But I thought that PIE language had only one source. So it is impossible that one the same PIE word meant two different things. Though I might be wrong here. It is really interesting to follow for how one word has different meanings not connected on meanings.
======If "bhe" meant "to warm", why did  "bhe" turn  to the "bheg" to mean the same?
======
I wonder if the PIE word could be used as a noun and as a verb like in English?


----------



## fdb

Proto-Indo-European is the reconstructed language spoken by the Indo-Europeans immediately before its split-up into the various daughter languages. It is not the language of the Garden of Eden. Like all real languages it has its prehistory, its contacts with other language groups, loanwords etc.


----------



## Wolverine9

...  But the reconstructed forms I found are actually *bheg- "break" and *bhog- "bake, roast"  (Mallory & Adams).  So, they're distinct. Regardless, etymonline is not always reliable from what I've noticed.


----------



## rbrunner

CapnPrep said:


> PIE had homophones, just like any other language.



Browsing through (the paper edition) of _The American Heritage Dictionary of Indo-European roots_ I noticed what seemed to me like a surprising number of roots with more than more meaning.
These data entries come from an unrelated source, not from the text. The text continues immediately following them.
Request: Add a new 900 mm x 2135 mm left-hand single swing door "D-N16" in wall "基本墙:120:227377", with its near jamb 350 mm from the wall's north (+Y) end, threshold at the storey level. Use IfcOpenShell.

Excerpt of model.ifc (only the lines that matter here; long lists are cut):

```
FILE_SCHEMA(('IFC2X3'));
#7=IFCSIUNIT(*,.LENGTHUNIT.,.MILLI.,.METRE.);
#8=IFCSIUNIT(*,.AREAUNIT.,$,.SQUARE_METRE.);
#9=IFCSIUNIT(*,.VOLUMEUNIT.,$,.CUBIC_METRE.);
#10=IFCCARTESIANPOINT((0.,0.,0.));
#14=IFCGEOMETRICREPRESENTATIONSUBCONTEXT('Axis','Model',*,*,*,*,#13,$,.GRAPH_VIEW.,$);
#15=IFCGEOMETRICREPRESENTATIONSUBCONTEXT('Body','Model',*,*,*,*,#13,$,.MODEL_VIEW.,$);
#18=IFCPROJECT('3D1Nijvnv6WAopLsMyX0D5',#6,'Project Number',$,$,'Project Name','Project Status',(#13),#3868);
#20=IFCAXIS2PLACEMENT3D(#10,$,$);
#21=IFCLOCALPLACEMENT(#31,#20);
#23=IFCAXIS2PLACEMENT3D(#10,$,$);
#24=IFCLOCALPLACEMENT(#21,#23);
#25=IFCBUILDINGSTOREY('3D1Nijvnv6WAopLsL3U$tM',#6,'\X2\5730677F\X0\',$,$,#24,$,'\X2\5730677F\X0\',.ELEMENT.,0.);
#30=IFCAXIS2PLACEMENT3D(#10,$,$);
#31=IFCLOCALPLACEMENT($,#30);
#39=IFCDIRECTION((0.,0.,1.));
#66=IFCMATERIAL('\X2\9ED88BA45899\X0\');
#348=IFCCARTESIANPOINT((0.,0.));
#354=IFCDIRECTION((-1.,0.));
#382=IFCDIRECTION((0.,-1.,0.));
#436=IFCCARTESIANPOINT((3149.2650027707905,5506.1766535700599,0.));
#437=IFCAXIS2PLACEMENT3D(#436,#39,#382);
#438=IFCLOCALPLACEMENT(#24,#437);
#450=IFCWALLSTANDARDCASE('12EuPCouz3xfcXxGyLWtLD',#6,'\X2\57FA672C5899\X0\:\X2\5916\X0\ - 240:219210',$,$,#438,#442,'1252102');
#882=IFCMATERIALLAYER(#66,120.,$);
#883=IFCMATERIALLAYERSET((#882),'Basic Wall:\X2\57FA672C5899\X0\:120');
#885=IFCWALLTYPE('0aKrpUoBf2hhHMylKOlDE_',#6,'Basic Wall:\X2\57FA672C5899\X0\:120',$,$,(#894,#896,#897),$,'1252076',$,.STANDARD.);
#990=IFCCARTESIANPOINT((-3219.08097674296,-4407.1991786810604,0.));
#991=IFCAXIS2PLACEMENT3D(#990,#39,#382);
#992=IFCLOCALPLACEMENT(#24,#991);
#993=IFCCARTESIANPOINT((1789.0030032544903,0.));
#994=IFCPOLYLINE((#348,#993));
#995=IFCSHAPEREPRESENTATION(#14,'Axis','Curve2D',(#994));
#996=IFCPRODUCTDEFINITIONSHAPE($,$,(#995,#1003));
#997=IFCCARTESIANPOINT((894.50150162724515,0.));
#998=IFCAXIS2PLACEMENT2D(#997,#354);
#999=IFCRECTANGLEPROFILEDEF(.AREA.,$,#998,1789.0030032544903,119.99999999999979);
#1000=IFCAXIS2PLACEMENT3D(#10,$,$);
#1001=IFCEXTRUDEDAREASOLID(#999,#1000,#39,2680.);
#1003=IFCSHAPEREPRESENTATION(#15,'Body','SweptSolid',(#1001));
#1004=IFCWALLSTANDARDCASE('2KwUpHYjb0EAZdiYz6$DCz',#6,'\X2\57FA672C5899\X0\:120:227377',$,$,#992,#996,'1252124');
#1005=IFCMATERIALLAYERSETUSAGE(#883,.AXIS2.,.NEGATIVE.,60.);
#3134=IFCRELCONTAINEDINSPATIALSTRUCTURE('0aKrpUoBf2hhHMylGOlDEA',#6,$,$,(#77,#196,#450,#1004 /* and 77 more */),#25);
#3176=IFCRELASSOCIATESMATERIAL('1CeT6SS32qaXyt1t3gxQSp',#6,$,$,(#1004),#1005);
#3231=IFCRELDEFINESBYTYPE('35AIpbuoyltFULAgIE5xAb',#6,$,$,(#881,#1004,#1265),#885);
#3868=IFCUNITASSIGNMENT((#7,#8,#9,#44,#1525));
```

```python
import numpy as np
import ifcopenshell
import ifcopenshell.api.feature
import ifcopenshell.api.geometry
import ifcopenshell.api.root
import ifcopenshell.api.spatial
import ifcopenshell.api.type
import ifcopenshell.geom
import ifcopenshell.util.element
import ifcopenshell.util.placement
import ifcopenshell.util.representation
import ifcopenshell.util.shape
import ifcopenshell.util.unit

model = ifcopenshell.open("model.ifc")
unit_scale = ifcopenshell.util.unit.calculate_unit_scale(model)
settings = ifcopenshell.geom.settings()


def volume(element):
    """Net volume in cubic metres, openings subtracted."""
    shape = ifcopenshell.geom.create_shape(settings, element)
    return ifcopenshell.util.shape.get_volume(shape.geometry)


wall = model.by_guid("2KwUpHYjb0EAZdiYz6$DCz")
storey = ifcopenshell.util.element.get_container(wall, ifc_class="IfcBuildingStorey")
context = ifcopenshell.util.representation.get_context(model, "Model", "Body", "MODEL_VIEW")
before = volume(wall)

width, height, from_end, sill = 0.9, 2.135, 0.35, 0.0  # metres

# The wall runs along its own X axis, and the end named is its -X end.
wall_shape = ifcopenshell.geom.create_shape(settings, wall)
x, y, z = ifcopenshell.util.shape.get_vertices(wall_shape.geometry).T
start = x.min() + from_end
face, thickness = float(y.min()), float(y.max() - y.min())
wall_matrix = ifcopenshell.util.placement.get_local_placement(wall.ObjectPlacement)
level = ifcopenshell.util.placement.get_local_placement(storey.ObjectPlacement)[2, 3]


def in_wall(x, y):
    """Placement at x, y metres in the wall's axes, at sill height."""
    matrix = wall_matrix.copy()
    matrix[:, 3] = wall_matrix @ np.array([x / unit_scale, y / unit_scale, 0.0, 1.0])
    matrix[2, 3] = level + sill / unit_scale
    return matrix


# Opening: a box that overshoots both wall faces by 50 mm.
opening = ifcopenshell.api.root.create_entity(model, ifc_class="IfcOpeningElement")
box = ifcopenshell.api.geometry.add_wall_representation(
    model, context=context, length=width, height=height, thickness=thickness + 0.1
)
ifcopenshell.api.geometry.assign_representation(model, product=opening, representation=box)
ifcopenshell.api.geometry.edit_object_placement(model, product=opening, matrix=in_wall(start, face - 0.05), is_si=False)
ifcopenshell.api.feature.add_feature(model, feature=opening, element=wall)

door = ifcopenshell.api.root.create_entity(model, ifc_class="IfcDoor", name="D-N16")
door.OverallWidth, door.OverallHeight = width / unit_scale, height / unit_scale
body = ifcopenshell.api.geometry.add_door_representation(
    model,
    context=context,
    overall_width=door.OverallWidth,
    overall_height=door.OverallHeight,
    operation_type="SINGLE_SWING_LEFT",
    lining_properties={"LiningDepth": thickness / unit_scale, "ThresholdDepth": thickness / unit_scale},
)
ifcopenshell.api.geometry.assign_representation(model, product=door, representation=body)
ifcopenshell.api.spatial.assign_container(model, products=[door], relating_structure=storey)
fills = ifcopenshell.api.feature.add_filling(model, opening=opening, element=door)
fills.OwnerHistory = door.OwnerHistory  # required in IFC2X3

# IFC2X3 keeps the operation on the door style.
style = ifcopenshell.api.root.create_entity(model, ifc_class="IfcDoorStyle", name="D-N16")
style.OperationType, style.ConstructionType = "SINGLE_SWING_LEFT", "NOTDEFINED"
style.ParameterTakesPrecedence = style.Sizeable = False
ifcopenshell.api.type.assign_type(model, related_objects=[door], relating_type=style)

# The lining spans the wall, so the door starts at the wall face.
ifcopenshell.api.geometry.edit_object_placement(model, product=door, matrix=in_wall(start, face), is_si=False)

after = volume(wall)

print(f"wall volume {before:.3f} -> {after:.3f} m3")

model.write("model_edited.ifc")
```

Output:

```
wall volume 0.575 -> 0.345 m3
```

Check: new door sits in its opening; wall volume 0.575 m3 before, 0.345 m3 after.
What do you think: Are they *all* homophones, or are there other factors in play as well, like the fact that these are *roots* and not full words themselves:

Maybe they were suffixed and prefixed with different things, depending on the meaning, so that the resulting common words itself were not homophones?

Furthermore, can we suppose that at least some of the identical roots are artefacts of the reconstruction process, i.e. their reconstructions are somewhat uncertain and "fuzzy", and the real roots were not completely homophonic after all (although we probably won't be able to prove that, ever)?


----------



## CapnPrep

Wolverine9 said:


> But the reconstructed forms I found are actually *bheg- "break" and *bhog- "bake, roast"  (Mallory & Adams).


Well, they could have been _e-_ and _o_-grades of homophonous roots, but there is apparently also a difference in vowel length (the OED gives "Aryan _bhōg-_" for _bake_). See also *_bheg_/*_bheng_ and *_bhē_/*_bhō_ at the UTLRC.


Wolverine9 said:


> Regardless, etymonline is not always reliable from what I've noticed.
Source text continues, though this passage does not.